▶ [Work to be completed]: Look over the data below and give the number of lines containing the word "IFCSIUNIT", with no other words.

*** Provided records

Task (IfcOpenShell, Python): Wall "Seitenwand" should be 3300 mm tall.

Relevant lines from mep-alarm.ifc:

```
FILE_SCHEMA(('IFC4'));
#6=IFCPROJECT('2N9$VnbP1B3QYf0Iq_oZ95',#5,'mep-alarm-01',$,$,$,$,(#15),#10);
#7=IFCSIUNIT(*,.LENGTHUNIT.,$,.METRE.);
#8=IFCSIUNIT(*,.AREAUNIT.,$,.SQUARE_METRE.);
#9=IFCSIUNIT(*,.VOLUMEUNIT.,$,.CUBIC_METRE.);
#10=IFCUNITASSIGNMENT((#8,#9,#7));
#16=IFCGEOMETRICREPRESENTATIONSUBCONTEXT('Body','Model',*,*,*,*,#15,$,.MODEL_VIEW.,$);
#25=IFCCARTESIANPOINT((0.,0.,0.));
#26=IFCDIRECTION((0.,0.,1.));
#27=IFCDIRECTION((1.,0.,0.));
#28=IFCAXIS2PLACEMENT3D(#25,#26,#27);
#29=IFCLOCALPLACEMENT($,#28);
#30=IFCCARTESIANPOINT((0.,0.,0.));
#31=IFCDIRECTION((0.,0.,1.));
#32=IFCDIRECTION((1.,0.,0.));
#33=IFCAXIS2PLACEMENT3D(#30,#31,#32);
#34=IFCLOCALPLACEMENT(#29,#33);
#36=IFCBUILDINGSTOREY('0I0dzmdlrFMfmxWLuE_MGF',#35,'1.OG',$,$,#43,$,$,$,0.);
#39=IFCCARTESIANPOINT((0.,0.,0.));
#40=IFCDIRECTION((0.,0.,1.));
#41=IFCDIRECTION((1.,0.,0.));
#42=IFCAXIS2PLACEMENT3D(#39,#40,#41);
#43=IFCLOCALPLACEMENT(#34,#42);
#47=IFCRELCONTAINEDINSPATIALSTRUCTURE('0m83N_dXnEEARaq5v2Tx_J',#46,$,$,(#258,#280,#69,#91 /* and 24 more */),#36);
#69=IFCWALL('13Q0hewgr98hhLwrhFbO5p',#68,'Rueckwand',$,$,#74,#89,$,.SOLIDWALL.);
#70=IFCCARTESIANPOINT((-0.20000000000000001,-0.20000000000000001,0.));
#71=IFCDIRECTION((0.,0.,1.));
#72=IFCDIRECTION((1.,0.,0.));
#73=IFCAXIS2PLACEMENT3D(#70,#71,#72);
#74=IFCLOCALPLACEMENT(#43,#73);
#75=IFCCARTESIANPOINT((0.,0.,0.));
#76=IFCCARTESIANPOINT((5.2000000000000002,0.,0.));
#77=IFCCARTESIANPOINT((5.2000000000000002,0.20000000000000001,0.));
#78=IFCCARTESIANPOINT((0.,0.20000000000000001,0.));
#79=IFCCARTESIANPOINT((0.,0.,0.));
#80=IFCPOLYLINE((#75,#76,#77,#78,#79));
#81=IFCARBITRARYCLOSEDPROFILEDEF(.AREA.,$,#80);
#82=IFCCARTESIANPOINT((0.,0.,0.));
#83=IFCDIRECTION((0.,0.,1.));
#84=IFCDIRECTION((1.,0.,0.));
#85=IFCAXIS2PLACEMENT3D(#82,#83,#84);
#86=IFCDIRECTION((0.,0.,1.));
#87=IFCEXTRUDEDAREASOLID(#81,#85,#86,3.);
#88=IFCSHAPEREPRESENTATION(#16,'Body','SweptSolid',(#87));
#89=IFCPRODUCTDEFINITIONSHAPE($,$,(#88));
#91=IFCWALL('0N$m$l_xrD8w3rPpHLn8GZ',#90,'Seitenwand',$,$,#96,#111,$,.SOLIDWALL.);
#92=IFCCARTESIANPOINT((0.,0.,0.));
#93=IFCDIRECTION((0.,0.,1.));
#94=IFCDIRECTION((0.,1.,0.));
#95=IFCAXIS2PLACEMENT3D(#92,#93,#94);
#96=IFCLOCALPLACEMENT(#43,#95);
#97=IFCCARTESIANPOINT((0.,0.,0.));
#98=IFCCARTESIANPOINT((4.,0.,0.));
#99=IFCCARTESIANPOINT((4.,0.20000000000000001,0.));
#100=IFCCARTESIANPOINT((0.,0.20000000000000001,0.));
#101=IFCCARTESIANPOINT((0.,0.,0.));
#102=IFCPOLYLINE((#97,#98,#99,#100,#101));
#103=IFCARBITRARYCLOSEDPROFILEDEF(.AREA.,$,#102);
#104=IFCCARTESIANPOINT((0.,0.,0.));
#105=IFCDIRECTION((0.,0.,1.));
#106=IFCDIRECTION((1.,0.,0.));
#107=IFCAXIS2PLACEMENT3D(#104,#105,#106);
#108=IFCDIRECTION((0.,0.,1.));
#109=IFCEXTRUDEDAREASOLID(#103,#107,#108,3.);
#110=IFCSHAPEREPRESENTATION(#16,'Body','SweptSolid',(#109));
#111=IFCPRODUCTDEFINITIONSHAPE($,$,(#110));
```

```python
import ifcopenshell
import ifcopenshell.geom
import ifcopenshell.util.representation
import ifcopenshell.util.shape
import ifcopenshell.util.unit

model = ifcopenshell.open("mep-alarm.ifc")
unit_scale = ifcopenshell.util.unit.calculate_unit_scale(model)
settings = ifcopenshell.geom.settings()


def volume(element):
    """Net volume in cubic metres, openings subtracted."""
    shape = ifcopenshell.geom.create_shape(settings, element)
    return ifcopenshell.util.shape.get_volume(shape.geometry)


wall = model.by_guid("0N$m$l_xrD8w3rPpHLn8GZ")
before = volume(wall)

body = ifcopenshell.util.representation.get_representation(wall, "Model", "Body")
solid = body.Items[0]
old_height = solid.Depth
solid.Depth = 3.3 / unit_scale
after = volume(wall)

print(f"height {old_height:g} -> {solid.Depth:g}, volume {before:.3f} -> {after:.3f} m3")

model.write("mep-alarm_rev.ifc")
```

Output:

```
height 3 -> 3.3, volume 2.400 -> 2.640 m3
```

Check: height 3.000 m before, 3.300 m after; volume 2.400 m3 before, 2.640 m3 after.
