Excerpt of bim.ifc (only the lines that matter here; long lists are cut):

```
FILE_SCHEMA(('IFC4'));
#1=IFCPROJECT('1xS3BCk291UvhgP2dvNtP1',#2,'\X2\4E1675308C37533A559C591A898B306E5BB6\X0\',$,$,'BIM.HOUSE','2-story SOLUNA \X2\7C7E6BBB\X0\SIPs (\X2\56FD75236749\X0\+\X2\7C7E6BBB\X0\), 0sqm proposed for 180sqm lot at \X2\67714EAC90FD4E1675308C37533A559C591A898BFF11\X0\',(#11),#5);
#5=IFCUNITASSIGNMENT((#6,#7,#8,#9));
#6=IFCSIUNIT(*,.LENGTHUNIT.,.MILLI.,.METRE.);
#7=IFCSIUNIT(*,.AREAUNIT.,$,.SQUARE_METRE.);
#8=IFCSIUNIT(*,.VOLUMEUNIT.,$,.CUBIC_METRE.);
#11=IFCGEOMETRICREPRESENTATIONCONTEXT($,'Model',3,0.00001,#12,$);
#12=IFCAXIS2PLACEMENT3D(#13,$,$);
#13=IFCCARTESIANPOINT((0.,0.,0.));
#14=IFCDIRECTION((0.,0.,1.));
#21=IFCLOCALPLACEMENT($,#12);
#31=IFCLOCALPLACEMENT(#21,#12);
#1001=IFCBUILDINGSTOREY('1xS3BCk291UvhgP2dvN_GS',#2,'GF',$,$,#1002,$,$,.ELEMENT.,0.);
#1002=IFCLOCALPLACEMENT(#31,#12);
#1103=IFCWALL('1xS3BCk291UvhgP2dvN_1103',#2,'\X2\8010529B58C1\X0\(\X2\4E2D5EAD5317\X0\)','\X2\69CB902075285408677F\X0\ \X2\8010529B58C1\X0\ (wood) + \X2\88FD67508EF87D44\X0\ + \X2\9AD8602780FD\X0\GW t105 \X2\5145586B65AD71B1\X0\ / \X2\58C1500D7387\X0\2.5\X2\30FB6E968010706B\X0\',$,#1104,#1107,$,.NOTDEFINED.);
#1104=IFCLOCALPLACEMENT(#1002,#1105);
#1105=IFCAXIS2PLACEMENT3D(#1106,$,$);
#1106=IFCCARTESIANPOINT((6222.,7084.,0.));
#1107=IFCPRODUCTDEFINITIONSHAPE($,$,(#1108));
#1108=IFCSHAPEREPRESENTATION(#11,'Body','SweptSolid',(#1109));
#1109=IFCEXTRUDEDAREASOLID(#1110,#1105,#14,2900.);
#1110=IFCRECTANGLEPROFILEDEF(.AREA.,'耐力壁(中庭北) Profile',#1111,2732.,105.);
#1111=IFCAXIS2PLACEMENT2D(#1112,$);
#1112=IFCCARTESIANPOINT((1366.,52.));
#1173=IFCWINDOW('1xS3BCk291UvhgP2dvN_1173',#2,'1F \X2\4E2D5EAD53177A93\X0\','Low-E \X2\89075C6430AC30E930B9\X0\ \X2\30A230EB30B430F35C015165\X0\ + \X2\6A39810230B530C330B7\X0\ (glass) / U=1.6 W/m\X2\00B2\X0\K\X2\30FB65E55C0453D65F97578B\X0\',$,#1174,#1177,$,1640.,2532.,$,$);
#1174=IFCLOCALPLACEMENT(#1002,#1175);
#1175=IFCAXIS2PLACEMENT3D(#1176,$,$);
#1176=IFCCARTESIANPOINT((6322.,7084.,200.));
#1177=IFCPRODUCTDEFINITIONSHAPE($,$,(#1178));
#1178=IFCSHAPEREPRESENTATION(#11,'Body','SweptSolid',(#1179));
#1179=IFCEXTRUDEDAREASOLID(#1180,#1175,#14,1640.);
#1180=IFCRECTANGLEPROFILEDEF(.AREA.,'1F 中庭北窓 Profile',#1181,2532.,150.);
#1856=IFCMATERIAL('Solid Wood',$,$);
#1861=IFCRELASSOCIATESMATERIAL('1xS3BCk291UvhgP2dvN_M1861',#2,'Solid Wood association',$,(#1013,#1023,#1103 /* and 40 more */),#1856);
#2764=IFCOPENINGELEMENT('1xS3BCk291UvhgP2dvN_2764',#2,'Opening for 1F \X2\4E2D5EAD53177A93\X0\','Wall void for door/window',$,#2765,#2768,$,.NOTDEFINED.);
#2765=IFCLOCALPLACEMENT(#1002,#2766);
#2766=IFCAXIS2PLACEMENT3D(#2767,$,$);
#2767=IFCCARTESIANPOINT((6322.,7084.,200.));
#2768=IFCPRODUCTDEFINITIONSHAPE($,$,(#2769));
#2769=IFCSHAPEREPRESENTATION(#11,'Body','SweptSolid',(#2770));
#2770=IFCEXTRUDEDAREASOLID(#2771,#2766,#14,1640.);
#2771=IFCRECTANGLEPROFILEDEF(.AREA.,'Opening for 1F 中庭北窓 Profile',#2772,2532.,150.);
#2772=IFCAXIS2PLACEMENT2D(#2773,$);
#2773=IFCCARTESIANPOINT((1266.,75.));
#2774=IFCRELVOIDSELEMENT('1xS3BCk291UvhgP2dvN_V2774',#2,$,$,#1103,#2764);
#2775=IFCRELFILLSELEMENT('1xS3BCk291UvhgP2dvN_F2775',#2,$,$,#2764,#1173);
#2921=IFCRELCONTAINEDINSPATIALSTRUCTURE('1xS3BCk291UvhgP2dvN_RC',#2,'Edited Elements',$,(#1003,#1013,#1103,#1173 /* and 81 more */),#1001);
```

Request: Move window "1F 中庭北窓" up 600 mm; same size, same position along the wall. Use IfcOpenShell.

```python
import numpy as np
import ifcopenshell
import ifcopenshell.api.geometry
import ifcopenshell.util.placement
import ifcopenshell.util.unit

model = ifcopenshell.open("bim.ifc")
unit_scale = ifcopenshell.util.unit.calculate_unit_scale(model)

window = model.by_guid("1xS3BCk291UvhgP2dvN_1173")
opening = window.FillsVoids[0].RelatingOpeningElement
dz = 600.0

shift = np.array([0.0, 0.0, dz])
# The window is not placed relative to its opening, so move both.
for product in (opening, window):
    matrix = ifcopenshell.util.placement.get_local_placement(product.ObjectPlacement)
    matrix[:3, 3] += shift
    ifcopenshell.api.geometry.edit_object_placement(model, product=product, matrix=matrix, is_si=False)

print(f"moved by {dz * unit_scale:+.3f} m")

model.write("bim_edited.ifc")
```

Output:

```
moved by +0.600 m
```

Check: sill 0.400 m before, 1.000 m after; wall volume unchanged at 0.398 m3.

******

▶ [Exercise solution]: 6